**Task material:**
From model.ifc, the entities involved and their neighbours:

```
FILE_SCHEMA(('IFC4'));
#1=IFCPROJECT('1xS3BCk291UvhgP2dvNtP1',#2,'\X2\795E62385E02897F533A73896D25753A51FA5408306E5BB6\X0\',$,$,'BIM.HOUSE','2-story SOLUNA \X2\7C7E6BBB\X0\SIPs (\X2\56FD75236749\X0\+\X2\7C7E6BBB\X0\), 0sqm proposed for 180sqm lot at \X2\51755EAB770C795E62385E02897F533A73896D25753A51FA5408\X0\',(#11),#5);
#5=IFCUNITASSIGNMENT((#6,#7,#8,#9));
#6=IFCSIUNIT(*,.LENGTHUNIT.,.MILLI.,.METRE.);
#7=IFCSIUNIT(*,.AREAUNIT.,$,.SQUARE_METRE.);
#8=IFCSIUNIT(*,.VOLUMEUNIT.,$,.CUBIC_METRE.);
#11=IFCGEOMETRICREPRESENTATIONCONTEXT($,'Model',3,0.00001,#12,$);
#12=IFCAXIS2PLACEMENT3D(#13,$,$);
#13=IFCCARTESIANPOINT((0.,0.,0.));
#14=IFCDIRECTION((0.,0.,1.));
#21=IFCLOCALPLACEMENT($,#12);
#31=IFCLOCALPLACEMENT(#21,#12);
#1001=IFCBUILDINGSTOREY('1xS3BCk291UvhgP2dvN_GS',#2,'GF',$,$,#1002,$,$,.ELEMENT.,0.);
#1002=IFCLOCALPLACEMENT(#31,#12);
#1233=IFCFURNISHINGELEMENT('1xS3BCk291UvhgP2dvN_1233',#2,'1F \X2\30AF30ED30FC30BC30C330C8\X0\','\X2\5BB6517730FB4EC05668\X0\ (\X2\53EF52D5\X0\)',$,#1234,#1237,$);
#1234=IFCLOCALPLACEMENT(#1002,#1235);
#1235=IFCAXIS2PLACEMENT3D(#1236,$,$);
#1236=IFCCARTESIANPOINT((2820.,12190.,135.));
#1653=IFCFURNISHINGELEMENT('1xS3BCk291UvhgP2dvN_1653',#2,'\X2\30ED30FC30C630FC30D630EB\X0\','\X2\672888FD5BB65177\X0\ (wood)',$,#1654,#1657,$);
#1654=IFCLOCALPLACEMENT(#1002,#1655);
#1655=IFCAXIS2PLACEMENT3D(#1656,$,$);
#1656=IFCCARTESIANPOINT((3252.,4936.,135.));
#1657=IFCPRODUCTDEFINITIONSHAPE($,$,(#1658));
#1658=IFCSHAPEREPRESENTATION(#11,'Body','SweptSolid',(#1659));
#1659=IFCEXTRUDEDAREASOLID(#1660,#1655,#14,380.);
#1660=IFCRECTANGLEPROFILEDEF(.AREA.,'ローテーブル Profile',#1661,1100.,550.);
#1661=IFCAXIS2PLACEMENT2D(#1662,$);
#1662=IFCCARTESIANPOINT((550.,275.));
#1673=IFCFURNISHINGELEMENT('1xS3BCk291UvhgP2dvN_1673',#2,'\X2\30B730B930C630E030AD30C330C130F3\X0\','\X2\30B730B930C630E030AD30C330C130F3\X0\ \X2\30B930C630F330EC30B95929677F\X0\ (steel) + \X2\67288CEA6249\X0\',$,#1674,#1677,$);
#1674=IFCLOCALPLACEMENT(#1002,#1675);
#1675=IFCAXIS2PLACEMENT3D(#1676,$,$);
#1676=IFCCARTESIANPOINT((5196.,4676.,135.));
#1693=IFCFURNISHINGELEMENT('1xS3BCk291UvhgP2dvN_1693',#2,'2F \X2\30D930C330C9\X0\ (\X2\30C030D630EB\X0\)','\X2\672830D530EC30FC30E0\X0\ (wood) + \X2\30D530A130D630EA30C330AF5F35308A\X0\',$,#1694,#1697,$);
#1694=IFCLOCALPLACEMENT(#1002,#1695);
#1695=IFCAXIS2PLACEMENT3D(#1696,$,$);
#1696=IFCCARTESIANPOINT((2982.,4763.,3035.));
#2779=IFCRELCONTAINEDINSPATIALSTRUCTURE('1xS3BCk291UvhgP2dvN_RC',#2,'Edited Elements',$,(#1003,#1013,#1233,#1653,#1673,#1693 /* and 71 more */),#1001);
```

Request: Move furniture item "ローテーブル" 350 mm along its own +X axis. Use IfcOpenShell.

```python
import ifcopenshell
import ifcopenshell.api.geometry
import ifcopenshell.util.placement
import ifcopenshell.util.unit

model = ifcopenshell.open("model.ifc")
unit_scale = ifcopenshell.util.unit.calculate_unit_scale(model)

item = model.by_id(1653)
matrix = ifcopenshell.util.placement.get_local_placement(item.ObjectPlacement)
matrix[:3, 3] += matrix[:3, 0] * 0.35 / unit_scale
ifcopenshell.api.geometry.edit_object_placement(model, product=item, matrix=matrix, is_si=False)

print(ifcopenshell.util.placement.get_local_placement(item.ObjectPlacement).round(3) + 0.0)

model.write("model-out.ifc")
```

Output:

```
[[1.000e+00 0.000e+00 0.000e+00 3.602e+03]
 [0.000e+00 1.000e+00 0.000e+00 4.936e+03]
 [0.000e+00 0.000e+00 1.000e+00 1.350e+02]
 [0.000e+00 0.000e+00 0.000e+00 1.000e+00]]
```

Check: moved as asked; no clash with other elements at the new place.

**Assignment:** Pick out and copy the lines of the entries that hold the string "wood".

**Result of the exercise:**
#1653=IFCFURNISHINGELEMENT('1xS3BCk291UvhgP2dvN_1653',#2,'\X2\30ED30FC30C630FC30D630EB\X0\','\X2\672888FD5BB65177\X0\ (wood)',$,#1654,#1657,$);
#1693=IFCFURNISHINGELEMENT('1xS3BCk291UvhgP2dvN_1693',#2,'2F \X2\30D930C330C9\X0\ (\X2\30C030D630EB\X0\)','\X2\672830D530EC30FC30E0\X0\ (wood) + \X2\30D530A130D630EA30C330AF5F35308A\X0\',$,#1694,#1697,$);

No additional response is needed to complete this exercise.